Preparations - should I just train upto 3/4 of the distance as this seems to be suggested a lot
Equipment - What essentials do you think I will need, food, spares etc...
Security - Whats security like at toilet stops etc

And generally any other useful tips and tricks that you would think myself and maybe other newbies would benefit from..

Thanks in advance.


----------



## vickster (25 Feb 2015)

There's a big thread here (and others in that part of the forum)

https://www.cyclechat.net/threads/ridelondon-surrey-100-2015-anyone.162528/

Train as you feel comfortable. Buy if you've never ridden 100 miles in a day before, I would say do so, not least so there's not psychological concern about managing gne distance

Take a couple of inner tubes. Tyre levers, good pump. Multitool. Plenty of liquid to get you started as it could be hot. Snack stuff like jelly babies, flapjacks, banana, pork pie if of the more savoury persuasion. If you think you might use gels, try them out before, they can have an upsetting effect on gne stomach for some people, which could be a bad thing! Usual stuff really. 

Security, take a lock, even though it's closed roads, pedestrians can get around. Bikes often go AWOL at sportives 

Have fun, it's not a race

I'm doing it too, having had to withdraw last year. I do however need to get on a bike again as I recently had knee surgery!

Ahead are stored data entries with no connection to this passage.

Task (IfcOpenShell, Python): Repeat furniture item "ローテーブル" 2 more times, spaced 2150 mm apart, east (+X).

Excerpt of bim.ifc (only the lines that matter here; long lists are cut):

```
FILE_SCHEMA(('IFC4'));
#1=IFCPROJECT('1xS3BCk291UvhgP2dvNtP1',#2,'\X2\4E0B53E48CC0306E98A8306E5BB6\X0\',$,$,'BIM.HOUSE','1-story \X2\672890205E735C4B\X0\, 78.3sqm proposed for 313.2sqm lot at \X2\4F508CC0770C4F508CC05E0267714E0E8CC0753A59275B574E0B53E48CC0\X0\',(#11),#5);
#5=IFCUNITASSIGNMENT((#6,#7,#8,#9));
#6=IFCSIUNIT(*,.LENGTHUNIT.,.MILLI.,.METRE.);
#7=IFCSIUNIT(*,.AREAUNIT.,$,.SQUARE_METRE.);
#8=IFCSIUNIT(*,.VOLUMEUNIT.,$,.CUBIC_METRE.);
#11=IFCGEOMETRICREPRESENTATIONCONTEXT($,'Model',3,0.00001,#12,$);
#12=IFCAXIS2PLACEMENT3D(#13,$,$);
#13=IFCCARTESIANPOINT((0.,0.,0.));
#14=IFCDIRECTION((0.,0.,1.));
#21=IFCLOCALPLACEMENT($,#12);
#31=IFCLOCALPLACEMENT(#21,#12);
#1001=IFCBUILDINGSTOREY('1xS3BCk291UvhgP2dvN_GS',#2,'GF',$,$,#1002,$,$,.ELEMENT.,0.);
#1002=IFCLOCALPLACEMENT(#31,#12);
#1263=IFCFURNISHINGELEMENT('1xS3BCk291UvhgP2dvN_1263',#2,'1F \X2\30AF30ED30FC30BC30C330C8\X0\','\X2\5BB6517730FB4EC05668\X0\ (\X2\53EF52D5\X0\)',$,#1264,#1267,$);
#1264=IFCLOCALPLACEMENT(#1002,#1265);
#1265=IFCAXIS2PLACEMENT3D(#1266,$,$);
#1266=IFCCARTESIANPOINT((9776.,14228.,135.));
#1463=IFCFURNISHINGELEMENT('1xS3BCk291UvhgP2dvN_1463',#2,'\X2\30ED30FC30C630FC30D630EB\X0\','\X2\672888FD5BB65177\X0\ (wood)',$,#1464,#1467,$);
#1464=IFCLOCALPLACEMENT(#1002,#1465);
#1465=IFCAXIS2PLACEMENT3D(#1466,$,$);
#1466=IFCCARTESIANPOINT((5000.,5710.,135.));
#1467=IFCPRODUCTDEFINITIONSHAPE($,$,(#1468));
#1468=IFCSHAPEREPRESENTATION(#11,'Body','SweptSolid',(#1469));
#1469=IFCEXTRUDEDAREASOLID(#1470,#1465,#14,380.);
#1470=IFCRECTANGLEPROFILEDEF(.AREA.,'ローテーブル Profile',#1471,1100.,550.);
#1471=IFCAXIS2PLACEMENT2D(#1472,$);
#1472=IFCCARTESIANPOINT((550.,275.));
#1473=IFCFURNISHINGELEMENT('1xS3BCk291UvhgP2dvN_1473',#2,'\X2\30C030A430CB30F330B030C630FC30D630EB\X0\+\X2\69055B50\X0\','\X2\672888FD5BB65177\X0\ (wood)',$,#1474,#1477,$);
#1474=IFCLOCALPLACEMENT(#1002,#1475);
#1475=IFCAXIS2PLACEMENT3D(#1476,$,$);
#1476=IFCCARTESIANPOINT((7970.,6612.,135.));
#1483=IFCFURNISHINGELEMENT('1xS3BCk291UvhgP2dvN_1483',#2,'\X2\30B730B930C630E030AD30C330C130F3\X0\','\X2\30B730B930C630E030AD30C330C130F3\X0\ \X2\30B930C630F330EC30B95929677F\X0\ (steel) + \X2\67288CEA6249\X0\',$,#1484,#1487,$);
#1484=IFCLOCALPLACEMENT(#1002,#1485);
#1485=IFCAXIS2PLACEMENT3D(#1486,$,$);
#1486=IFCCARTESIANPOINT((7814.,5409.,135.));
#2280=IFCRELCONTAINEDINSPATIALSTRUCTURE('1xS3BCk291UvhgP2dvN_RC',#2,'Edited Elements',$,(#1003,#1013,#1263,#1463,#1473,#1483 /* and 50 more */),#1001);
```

```python
import numpy as np
import ifcopenshell
import ifcopenshell.api.geometry
import ifcopenshell.api.root
import ifcopenshell.util.element
import ifcopenshell.util.placement

model = ifcopenshell.open("bim.ifc")


def reuse_history(source, copy):
    """copy_class also copies each property set's owner history, people and application; keep the originals."""
    for rel in copy.IsDefinedBy:
        if rel.is_a("IfcRelDefinesByProperties") and (history := rel.RelatingPropertyDefinition.OwnerHistory):
            rel.RelatingPropertyDefinition.OwnerHistory = source.OwnerHistory
            ifcopenshell.util.element.remove_deep2(model, history)


source = model.by_id(1463)
base = ifcopenshell.util.placement.get_local_placement(source.ObjectPlacement)
step = np.array([1.0, 0.0, 0.0]) * 2150.0

for i in range(1, 3):
    copy = ifcopenshell.api.root.copy_class(model, product=source)
    copy.Representation = ifcopenshell.util.element.copy_deep(
        model, source.Representation, exclude=["IfcGeometricRepresentationContext", "IfcRepresentationMap"]
    )
    reuse_history(source, copy)
    matrix = base.copy()
    matrix[:3, 3] += i * step
    print("added at", matrix[:3, 3].round(3) + 0.0)
    ifcopenshell.api.geometry.edit_object_placement(model, product=copy, matrix=matrix, is_si=False)

model.write("bim_v2.ifc")
```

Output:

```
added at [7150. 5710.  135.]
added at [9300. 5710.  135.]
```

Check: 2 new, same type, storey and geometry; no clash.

Have you sorted accommodation for the Saturday night?


----------



## C17rsf (25 Feb 2015)

thanks for that... 

i was searching ride100 and so that topic didnt show.. lol

Yeah I booked accommodation the other day, no chance of getting near Stratford though so gone down to the docklands near excel as someone suggested elsewhere, plus the price was better than near stratford.


----------



## Specialeyes (25 Feb 2015)

The food stops are really well stocked with free stuff of both sweet and savoury varieties, and massive, so you can travel relatively light.

Last year I stopped, refilled (and, erm, emptied  ) just once at what would have been half way. The closed roads and restricted access makes it feel more secure than a normal sportive. I didn't take a lock at all and left my strong lock in the official bag (which you collect inside the barriers and after the finish), along with a change of clothes etc. The only time I was off the bike was when it was outside the portaloo  at the stop. The strong lock was to chain it up for the after-ride pub session! Others' mileage may vary, as it were.

As for spares etc, definitely take a couple of tubes, as there were punctures galore, with all the sharps being washed onto the road, levers, pump and a multitool.

Above all, it's massive fun and a real treat to hammer around London, cheered on by thousands, on closed roads.


----------



## derrick (25 Feb 2015)

I think you need to get a couple of 100 mile rides in before hand, as said above normal tubes pump tire levers, there is plenty to eat and drink on the way, security can be a problem with toilet stops, do not leave garmins on the bike as a few got nicked last year.


----------



## Doobiesis (26 Feb 2015)

I'm also doing this - I have just started my training using the guide in the magazine. As its cadence based a lot of the days I've purchased a cadence sensor. 

If you follow that plan I don't feel you can go wrong. My longest rude to date has been 43 miles. It wasn't that difficult but I'm guessing 100 miles is mentally quite hard. 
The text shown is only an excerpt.